Unavoidably, this study has some limitations. First, our study is a secondary mining and analysis of a previously published dataset, and prospective data are necessary to validate its clinical value. Second, the nomogram we created did not incorporate clinical parameters, and its predictive capacity may improve if clinical factors were added. Third, it is unclear whether the diagnostic model based on ARDEGs is specific to KTCN only. For example, it is not clear whether the model could differentiate between patients with KTCN and corneal dilatation. Fourth, the limited number of clinical samples we used and the fact that these ARDEGs’ expression was validated using patients’ blood, while corneal tissue derived from our bioinformatics analysis, might have confounded the factors in our analysis and need to be confirmed further in multicenter, large-scale clinical trials and prospective studies for further validation.

Conclusion

In conclusion, we identified four ARGs (CFTR, PLIN2, DDIT3, and BAG3) as potential characteristic biomarkers of KTCN. In addition, the KTCN diagnostic model constructed using the LASSO risk score might provide a reliable predictive method for the diagnosis of KTCN patients. Finally, immune cell infiltration and correlation analysis of KTCN suggested that the interaction between the immune response and autophagy might be involved in the pathogenesis of KTCN. These findings not only provide potential diagnostic biomarkers for KTCN patients but also enhance our understanding of the regulatory mechanisms of ARDEGs and immune cells in KTCN, which helps to develop more effective therapeutic strategies.

Data Sharing Statement

The data of KTCN was downloaded from the Gene Expression Omnibus (GEO) database (https://www.ncbi.nlm.nih.gov/geo/). The data of autophagy-related genes were yield from GeneCards database (https://www.genecards.org/) and Molecular Signatures Database (MSigDB, https://www.gsea-msigdb.org/gsea/msigdb).

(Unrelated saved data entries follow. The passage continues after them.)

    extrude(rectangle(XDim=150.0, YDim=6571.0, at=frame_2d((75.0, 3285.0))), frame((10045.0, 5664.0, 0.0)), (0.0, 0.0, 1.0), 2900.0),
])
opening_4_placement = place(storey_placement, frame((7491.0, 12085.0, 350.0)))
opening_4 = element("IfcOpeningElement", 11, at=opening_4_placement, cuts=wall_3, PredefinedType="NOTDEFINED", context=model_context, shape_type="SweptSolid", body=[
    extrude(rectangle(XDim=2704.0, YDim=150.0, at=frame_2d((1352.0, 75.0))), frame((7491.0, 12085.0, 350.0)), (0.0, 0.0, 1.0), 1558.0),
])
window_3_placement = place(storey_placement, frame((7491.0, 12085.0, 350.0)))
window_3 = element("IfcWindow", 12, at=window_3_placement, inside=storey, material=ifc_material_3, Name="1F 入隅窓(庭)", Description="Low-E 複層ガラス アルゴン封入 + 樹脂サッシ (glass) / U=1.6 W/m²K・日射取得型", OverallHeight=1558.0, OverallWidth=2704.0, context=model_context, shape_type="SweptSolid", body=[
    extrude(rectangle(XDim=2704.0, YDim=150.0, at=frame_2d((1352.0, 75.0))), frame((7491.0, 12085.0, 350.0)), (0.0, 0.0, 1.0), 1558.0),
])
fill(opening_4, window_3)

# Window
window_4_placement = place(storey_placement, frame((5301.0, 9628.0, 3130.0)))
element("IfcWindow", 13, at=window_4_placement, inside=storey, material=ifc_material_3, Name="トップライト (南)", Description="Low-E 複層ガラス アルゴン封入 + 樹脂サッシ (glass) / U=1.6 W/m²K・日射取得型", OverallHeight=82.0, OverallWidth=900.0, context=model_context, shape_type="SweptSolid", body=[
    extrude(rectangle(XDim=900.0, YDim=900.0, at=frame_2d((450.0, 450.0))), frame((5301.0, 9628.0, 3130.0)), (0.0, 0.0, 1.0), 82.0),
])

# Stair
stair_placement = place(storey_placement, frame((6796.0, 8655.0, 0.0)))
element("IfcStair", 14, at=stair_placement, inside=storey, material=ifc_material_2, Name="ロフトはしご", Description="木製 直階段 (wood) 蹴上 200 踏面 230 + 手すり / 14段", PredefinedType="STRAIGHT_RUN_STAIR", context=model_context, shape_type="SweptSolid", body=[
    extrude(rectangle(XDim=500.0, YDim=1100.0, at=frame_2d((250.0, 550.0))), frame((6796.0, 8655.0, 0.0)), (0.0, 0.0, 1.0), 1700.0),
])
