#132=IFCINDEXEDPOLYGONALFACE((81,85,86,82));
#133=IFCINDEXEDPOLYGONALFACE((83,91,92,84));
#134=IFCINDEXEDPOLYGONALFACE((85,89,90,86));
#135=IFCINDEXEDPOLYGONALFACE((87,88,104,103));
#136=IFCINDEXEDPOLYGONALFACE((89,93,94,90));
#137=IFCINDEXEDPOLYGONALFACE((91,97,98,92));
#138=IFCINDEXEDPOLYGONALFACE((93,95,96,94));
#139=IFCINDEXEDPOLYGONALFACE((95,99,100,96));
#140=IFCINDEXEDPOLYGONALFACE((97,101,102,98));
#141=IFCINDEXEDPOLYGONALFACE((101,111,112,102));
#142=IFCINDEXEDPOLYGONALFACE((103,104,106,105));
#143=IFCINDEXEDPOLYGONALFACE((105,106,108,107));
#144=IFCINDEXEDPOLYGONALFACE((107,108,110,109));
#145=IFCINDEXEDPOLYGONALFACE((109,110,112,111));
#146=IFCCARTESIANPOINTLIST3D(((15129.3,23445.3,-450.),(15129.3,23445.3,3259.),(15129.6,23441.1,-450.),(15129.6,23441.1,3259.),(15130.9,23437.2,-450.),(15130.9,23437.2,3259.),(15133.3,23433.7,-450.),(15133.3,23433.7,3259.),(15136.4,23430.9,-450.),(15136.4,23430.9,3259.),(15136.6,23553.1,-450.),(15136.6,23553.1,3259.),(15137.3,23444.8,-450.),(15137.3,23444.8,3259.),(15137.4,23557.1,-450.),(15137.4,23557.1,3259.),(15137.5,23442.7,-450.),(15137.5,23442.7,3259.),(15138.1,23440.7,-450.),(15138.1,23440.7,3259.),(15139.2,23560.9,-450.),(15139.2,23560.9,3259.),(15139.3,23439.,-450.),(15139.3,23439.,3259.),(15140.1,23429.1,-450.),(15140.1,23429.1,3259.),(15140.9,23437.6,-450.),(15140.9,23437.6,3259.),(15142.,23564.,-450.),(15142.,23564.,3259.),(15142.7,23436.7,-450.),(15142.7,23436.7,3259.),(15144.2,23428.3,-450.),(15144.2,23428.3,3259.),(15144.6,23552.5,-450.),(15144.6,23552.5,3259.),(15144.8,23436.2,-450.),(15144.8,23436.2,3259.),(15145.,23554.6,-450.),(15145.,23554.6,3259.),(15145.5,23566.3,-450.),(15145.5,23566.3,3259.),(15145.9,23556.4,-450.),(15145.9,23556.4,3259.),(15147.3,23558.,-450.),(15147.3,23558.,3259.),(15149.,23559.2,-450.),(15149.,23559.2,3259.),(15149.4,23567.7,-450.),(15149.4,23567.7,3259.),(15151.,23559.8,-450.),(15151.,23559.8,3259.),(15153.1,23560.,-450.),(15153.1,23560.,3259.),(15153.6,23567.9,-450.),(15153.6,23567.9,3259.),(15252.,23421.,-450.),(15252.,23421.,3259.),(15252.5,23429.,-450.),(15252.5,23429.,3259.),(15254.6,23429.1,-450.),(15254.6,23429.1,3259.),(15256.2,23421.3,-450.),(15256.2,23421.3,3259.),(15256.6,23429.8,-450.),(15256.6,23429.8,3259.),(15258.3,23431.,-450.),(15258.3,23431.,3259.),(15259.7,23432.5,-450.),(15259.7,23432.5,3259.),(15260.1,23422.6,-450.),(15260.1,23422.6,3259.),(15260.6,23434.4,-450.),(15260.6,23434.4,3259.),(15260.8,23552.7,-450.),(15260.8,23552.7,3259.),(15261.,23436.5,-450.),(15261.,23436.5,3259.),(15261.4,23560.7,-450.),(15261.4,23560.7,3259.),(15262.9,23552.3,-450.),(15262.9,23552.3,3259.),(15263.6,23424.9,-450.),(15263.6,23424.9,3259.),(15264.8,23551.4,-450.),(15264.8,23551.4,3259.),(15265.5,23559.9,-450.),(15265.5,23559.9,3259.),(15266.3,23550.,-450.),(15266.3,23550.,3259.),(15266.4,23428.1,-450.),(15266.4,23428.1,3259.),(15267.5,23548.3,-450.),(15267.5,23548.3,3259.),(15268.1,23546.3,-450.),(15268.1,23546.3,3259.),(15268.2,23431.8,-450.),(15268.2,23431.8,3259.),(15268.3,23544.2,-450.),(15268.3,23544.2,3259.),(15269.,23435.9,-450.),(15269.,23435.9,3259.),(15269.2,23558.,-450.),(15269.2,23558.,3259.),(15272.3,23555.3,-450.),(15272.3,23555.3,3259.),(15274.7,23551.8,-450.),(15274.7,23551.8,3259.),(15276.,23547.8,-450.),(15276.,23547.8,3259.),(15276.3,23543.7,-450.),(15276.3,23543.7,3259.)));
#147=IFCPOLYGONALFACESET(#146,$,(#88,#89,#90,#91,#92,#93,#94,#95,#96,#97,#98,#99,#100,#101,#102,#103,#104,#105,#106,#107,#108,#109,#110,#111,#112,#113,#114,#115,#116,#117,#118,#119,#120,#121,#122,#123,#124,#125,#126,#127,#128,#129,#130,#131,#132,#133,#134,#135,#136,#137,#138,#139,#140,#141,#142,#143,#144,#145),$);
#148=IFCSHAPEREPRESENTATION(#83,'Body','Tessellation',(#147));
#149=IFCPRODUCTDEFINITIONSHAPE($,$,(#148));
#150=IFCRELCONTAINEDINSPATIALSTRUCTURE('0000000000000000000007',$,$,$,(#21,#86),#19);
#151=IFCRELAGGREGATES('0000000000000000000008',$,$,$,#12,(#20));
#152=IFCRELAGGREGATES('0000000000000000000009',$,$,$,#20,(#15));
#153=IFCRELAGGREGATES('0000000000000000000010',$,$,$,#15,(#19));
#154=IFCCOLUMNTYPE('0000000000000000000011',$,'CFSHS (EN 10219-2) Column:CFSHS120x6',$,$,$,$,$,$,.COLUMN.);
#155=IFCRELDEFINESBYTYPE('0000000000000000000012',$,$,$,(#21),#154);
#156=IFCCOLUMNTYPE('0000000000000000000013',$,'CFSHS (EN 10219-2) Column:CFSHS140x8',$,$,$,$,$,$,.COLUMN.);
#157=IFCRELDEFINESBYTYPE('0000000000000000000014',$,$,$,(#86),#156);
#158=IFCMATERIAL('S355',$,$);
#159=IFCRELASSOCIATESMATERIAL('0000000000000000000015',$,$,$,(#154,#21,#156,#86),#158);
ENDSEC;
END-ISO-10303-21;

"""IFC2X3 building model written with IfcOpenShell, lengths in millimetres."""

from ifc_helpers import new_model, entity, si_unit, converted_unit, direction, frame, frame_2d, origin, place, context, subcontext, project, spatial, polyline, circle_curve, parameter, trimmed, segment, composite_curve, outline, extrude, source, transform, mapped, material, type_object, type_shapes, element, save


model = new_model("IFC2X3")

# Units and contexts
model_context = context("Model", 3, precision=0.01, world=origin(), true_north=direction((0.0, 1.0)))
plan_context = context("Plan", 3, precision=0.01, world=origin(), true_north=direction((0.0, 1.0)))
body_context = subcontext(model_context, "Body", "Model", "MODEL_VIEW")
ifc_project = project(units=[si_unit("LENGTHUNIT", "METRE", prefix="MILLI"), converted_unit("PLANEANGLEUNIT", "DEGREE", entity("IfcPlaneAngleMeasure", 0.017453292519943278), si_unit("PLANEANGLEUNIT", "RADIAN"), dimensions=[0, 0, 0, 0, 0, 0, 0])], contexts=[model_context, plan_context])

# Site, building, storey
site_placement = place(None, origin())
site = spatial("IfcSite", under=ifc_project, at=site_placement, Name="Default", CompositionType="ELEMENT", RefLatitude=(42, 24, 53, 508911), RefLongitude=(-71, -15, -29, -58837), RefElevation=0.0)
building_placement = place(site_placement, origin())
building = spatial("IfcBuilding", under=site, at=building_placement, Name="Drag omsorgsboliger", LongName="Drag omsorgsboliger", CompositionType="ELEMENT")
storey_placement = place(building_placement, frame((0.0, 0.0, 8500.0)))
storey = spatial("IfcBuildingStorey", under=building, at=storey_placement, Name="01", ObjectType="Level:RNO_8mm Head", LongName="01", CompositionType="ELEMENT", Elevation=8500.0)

Ethics Approval and Informed Consent

The study, which followed the Declaration of Helsinki, was approved by the Ethics Committee of Sichuan Academy of Medical Sciences · Sichuan Provincial People’s Hospital (2023-108). All participants gave their consent in writing after being fully informed.

Acknowledgments

This study is supported by the National Natural Science Foundation of China (82070928 M.Y. and 82371060 B.G.), and Huanhua Talent Program of Sichuan Provincial People’s Hospital (SY2022023), Chengdu Science and Technology Bureau (2022-YF05-01936-SN), and the Department of Science & Technology of Sichuan Province(2022JDTD0024).

Disclosure

The authors report no conflicts of interest in this work.